PROBLEM TO SOLVE>
Every line of the data below should be printed exactly.
*** Opening of DATA SUPPLIED ***
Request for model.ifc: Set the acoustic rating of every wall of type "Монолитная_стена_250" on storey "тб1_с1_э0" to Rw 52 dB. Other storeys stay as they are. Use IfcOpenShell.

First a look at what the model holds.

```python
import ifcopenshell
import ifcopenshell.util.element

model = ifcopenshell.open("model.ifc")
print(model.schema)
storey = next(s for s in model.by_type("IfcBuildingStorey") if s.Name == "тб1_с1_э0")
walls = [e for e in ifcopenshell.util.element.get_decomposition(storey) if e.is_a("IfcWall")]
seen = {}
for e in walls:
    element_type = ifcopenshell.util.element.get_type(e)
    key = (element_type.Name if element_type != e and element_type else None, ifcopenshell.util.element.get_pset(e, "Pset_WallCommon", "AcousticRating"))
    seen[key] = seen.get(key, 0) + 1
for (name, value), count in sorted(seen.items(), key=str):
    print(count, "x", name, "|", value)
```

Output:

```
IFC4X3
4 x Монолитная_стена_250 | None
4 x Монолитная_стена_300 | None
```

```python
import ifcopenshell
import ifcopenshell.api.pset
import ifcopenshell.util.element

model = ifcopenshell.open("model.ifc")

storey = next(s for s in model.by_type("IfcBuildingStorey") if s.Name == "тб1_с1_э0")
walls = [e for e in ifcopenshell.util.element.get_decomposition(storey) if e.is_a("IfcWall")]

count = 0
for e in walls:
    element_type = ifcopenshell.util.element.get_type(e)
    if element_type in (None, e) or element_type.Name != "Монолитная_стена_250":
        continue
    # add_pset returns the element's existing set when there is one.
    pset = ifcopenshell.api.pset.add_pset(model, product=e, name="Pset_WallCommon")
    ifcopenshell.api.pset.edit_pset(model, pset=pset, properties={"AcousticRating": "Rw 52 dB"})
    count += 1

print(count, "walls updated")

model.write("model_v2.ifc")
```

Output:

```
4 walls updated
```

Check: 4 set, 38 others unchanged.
*** Close of DATA SUPPLIED ***
EXPECTED ANSWER>
Request for model.ifc: Set the acoustic rating of every wall of type "Монолитная_стена_250" on storey "тб1_с1_э0" to Rw 52 dB. Other storeys stay as they are. Use IfcOpenShell.

First a look at what the model holds.

```python
import ifcopenshell
import ifcopenshell.util.element

model = ifcopenshell.open("model.ifc")
print(model.schema)
storey = next(s for s in model.by_type("IfcBuildingStorey") if s.Name == "тб1_с1_э0")
walls = [e for e in ifcopenshell.util.element.get_decomposition(storey) if e.is_a("IfcWall")]
seen = {}
for e in walls:
    element_type = ifcopenshell.util.element.get_type(e)
    key = (element_type.Name if element_type != e and element_type else None, ifcopenshell.util.element.get_pset(e, "Pset_WallCommon", "AcousticRating"))
    seen[key] = seen.get(key, 0) + 1
for (name, value), count in sorted(seen.items(), key=str):
    print(count, "x", name, "|", value)
```

Output:

```
IFC4X3
4 x Монолитная_стена_250 | None
4 x Монолитная_стена_300 | None
```

```python
import ifcopenshell
import ifcopenshell.api.pset
import ifcopenshell.util.element

model = ifcopenshell.open("model.ifc")

storey = next(s for s in model.by_type("IfcBuildingStorey") if s.Name == "тб1_с1_э0")
walls = [e for e in ifcopenshell.util.element.get_decomposition(storey) if e.is_a("IfcWall")]

count = 0
for e in walls:
    element_type = ifcopenshell.util.element.get_type(e)
    if element_type in (None, e) or element_type.Name != "Монолитная_стена_250":
        continue
    # add_pset returns the element's existing set when there is one.
    pset = ifcopenshell.api.pset.add_pset(model, product=e, name="Pset_WallCommon")
    ifcopenshell.api.pset.edit_pset(model, pset=pset, properties={"AcousticRating": "Rw 52 dB"})
    count += 1

print(count, "walls updated")

model.write("model_v2.ifc")
```

Output:

```
4 walls updated
```

Check: 4 set, 38 others unchanged.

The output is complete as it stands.